Work to be completed
For each line in the data below that has the word "IFCRECTANGLEPROFILEDEF", copy that line.

Data items:
____

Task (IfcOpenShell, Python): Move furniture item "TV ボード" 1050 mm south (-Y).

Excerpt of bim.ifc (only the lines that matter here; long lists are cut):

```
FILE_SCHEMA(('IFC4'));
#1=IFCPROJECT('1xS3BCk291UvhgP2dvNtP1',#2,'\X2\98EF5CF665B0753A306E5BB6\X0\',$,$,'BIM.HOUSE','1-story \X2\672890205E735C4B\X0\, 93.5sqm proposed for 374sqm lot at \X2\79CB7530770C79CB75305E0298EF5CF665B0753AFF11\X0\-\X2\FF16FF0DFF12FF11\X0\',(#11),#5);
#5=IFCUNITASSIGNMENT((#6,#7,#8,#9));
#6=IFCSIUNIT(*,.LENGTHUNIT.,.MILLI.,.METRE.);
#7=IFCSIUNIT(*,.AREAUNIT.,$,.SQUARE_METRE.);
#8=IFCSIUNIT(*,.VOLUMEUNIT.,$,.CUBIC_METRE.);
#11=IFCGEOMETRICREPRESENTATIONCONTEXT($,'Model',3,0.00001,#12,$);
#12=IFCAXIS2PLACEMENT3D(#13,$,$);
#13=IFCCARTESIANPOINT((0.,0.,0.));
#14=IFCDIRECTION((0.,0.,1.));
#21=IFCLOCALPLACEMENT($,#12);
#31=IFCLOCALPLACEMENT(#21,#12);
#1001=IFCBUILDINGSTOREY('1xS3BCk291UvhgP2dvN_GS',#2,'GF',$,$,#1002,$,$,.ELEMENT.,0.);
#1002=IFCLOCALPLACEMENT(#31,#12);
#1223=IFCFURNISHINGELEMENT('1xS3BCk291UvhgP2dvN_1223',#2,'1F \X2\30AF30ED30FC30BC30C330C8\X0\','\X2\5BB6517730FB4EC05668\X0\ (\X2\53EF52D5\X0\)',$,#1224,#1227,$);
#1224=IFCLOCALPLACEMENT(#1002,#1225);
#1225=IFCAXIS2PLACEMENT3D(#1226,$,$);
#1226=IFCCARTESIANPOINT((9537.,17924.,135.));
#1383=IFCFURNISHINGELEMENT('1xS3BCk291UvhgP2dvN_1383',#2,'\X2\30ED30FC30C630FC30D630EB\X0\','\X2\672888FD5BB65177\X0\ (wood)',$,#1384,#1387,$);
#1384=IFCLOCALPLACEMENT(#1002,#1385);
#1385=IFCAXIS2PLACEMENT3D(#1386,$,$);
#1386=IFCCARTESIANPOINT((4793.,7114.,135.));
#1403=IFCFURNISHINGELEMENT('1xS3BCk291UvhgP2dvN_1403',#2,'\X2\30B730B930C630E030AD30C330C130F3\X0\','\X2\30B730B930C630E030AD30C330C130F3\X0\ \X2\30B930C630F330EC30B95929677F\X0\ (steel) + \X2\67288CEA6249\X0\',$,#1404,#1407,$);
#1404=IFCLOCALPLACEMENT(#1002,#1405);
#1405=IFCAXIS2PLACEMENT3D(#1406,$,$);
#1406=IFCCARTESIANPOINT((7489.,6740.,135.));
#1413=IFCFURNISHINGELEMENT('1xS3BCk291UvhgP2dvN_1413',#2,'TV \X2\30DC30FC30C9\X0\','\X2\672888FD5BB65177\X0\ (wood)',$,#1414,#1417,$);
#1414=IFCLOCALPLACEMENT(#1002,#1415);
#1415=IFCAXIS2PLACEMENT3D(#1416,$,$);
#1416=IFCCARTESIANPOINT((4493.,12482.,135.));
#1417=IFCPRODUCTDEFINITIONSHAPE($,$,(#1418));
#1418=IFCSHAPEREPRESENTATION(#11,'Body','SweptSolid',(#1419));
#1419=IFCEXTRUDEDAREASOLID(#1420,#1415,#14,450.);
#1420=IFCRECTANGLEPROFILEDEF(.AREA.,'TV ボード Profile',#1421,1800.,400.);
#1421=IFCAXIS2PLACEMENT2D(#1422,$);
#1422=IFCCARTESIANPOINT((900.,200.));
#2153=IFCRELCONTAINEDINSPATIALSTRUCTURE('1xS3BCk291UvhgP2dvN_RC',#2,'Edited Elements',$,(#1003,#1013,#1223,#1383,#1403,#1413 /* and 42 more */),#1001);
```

```python
import ifcopenshell
import ifcopenshell.api.geometry
import ifcopenshell.util.placement
import ifcopenshell.util.unit

model = ifcopenshell.open("bim.ifc")
unit_scale = ifcopenshell.util.unit.calculate_unit_scale(model)

item = model.by_guid("1xS3BCk291UvhgP2dvN_1413")
matrix = ifcopenshell.util.placement.get_local_placement(item.ObjectPlacement)
matrix[1, 3] -= 1.05 / unit_scale
ifcopenshell.api.geometry.edit_object_placement(model, product=item, matrix=matrix, is_si=False)

print(ifcopenshell.util.placement.get_local_placement(item.ObjectPlacement).round(3) + 0.0)

model.write("bim_v2.ifc")
```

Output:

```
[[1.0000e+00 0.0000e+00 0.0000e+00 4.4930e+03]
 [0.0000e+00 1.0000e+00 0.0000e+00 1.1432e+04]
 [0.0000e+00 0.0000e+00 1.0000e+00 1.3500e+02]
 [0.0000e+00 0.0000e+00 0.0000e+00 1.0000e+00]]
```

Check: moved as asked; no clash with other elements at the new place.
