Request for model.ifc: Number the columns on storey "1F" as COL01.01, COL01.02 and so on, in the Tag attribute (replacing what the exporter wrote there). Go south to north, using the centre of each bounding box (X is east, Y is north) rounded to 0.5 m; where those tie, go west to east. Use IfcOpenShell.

First a look at what the model holds.

```python
import ifcopenshell
import ifcopenshell.util.element
import ifcopenshell.util.placement

model = ifcopenshell.open("model.ifc")
print(model.schema)
storey = next(s for s in model.by_type("IfcBuildingStorey") if s.Name == "1F")
columns = [e for e in ifcopenshell.util.element.get_decomposition(storey) if e.is_a("IfcColumn")]
for e in sorted(columns, key=lambda e: e.id()):
    origin = ifcopenshell.util.placement.get_local_placement(e.ObjectPlacement)[:3, 3]
    print(e.id(), e.Tag, e.Name, origin.round(2) + 0.0, sep=" | ")
```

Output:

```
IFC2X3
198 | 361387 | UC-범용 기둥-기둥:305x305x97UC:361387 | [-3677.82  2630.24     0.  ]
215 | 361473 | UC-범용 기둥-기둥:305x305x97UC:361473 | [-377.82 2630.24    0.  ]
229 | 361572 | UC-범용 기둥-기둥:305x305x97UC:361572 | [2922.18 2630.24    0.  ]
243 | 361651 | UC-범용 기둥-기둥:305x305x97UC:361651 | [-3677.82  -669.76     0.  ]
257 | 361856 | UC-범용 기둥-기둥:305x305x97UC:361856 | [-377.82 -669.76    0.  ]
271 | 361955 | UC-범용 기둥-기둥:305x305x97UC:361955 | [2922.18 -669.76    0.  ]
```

```python
import ifcopenshell
import ifcopenshell.geom
import ifcopenshell.util.element
import ifcopenshell.util.shape

model = ifcopenshell.open("model.ifc")
settings = ifcopenshell.geom.settings()
settings.set("use-world-coords", True)


def centre(element):
    shape = ifcopenshell.geom.create_shape(settings, element)
    return ifcopenshell.util.shape.get_bbox_centroid(shape.geometry)


storey = next(s for s in model.by_type("IfcBuildingStorey") if s.Name == "1F")
columns = [e for e in ifcopenshell.util.element.get_decomposition(storey) if e.is_a("IfcColumn")]

# Insertion points can sit at a corner or the storey origin, so sort by the geometry (in metres).
centres = {e: centre(e) for e in columns}
columns.sort(key=lambda e: (round(centres[e][1] / 0.5), centres[e][0]))

for i, e in enumerate(columns, start=1):
    number = f"COL01.{i:02d}"
    e.Tag = number
    print(e.id(), number)

model.write("model-out.ifc")
```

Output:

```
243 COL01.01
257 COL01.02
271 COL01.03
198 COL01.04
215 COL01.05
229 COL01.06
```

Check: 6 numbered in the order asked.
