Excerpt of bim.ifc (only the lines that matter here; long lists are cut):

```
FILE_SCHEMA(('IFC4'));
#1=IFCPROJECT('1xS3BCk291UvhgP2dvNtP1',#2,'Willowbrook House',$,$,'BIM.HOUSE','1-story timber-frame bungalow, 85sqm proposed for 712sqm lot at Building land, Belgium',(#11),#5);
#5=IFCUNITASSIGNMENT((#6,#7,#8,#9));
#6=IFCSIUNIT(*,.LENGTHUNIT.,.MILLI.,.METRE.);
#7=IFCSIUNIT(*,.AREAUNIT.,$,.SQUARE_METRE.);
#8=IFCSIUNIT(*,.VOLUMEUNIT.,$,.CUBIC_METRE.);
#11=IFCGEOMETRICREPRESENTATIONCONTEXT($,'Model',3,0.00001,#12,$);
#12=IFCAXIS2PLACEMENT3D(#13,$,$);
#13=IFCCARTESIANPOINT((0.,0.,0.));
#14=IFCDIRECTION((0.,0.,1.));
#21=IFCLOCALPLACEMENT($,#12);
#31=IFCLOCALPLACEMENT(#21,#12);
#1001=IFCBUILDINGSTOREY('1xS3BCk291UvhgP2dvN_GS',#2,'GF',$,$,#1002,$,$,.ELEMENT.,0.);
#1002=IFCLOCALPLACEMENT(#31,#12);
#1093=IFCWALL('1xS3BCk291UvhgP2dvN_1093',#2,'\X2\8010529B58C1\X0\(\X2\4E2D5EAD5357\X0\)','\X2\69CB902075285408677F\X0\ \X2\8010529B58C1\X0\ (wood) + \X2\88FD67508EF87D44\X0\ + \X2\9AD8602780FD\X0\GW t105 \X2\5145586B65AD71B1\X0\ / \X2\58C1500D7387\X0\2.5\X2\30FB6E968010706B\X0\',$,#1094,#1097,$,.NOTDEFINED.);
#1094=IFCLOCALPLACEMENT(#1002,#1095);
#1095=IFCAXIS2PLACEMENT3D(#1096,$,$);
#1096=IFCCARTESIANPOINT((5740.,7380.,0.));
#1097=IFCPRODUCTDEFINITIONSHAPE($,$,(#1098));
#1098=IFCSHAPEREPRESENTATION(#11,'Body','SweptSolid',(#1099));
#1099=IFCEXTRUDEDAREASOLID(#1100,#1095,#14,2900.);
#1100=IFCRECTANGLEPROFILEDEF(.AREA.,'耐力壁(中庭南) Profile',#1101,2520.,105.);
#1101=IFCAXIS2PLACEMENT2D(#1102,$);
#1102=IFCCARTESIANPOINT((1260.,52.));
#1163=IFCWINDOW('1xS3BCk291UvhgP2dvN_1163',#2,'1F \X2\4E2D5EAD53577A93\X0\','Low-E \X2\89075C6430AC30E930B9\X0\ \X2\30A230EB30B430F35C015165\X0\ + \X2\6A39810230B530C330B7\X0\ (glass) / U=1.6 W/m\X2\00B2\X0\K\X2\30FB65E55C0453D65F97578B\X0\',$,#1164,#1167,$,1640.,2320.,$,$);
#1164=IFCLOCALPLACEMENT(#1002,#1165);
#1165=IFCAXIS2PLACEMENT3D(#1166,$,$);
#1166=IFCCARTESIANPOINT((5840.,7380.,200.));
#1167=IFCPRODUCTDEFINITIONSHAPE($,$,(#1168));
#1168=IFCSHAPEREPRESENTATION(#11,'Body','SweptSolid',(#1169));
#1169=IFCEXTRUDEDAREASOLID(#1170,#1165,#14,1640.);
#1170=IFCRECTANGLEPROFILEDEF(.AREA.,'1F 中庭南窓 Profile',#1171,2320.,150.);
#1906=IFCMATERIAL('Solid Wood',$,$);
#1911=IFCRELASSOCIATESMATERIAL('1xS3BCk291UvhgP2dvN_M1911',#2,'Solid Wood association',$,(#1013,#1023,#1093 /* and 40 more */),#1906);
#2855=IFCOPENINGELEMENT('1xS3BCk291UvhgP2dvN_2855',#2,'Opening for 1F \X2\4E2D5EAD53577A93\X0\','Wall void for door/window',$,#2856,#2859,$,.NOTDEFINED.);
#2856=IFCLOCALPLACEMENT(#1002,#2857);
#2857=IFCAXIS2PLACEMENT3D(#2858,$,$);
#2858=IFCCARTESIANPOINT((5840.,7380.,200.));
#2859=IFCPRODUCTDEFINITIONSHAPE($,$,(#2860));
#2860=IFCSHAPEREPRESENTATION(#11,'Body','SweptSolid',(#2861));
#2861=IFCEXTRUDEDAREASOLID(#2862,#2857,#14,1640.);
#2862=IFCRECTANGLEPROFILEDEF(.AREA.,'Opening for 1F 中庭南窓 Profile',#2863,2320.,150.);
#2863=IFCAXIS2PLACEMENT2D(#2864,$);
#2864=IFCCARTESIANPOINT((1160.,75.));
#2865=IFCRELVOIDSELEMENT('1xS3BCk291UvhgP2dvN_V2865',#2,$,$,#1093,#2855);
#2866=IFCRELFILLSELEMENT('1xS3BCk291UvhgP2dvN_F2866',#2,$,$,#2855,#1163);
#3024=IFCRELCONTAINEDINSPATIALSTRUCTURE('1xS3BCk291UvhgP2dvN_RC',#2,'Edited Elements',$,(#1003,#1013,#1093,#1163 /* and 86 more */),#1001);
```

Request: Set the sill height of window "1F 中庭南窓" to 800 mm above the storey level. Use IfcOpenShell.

```python
import numpy as np
import ifcopenshell
import ifcopenshell.api.geometry
import ifcopenshell.geom
import ifcopenshell.util.element
import ifcopenshell.util.placement
import ifcopenshell.util.shape
import ifcopenshell.util.unit

model = ifcopenshell.open("bim.ifc")
unit_scale = ifcopenshell.util.unit.calculate_unit_scale(model)

window = model.by_guid("1xS3BCk291UvhgP2dvN_1163")
opening = window.FillsVoids[0].RelatingOpeningElement
storey = ifcopenshell.util.element.get_container(window, ifc_class="IfcBuildingStorey")
level = ifcopenshell.util.placement.get_local_placement(storey.ObjectPlacement)[2, 3]

# The opening's origin need not be at the sill, so measure its lowest point.
shape = ifcopenshell.geom.create_shape(ifcopenshell.geom.settings(), opening)
bottom = ifcopenshell.util.shape.get_shape_bottom_elevation(shape, shape.geometry) / unit_scale
dz = level + 800.0 - bottom

shift = np.array([0.0, 0.0, dz])
# The window is not placed relative to its opening, so move both.
for product in (opening, window):
    matrix = ifcopenshell.util.placement.get_local_placement(product.ObjectPlacement)
    matrix[:3, 3] += shift
    ifcopenshell.api.geometry.edit_object_placement(model, product=product, matrix=matrix, is_si=False)

print(f"moved by {dz * unit_scale:+.3f} m")

model.write("bim_updated.ifc")
```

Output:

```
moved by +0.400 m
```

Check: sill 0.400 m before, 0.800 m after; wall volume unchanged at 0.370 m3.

____

Answer to this problem
#1420=IFCRECTANGLEPROFILEDEF(.AREA.,'TV ボード Profile',#1421,1800.,400.);
#1100=IFCRECTANGLEPROFILEDEF(.AREA.,'耐力壁(中庭南) Profile',#1101,2520.,105.);
#1170=IFCRECTANGLEPROFILEDEF(.AREA.,'1F 中庭南窓 Profile',#1171,2320.,150.);
#2862=IFCRECTANGLEPROFILEDEF(.AREA.,'Opening for 1F 中庭南窓 Profile',#2863,2320.,150.);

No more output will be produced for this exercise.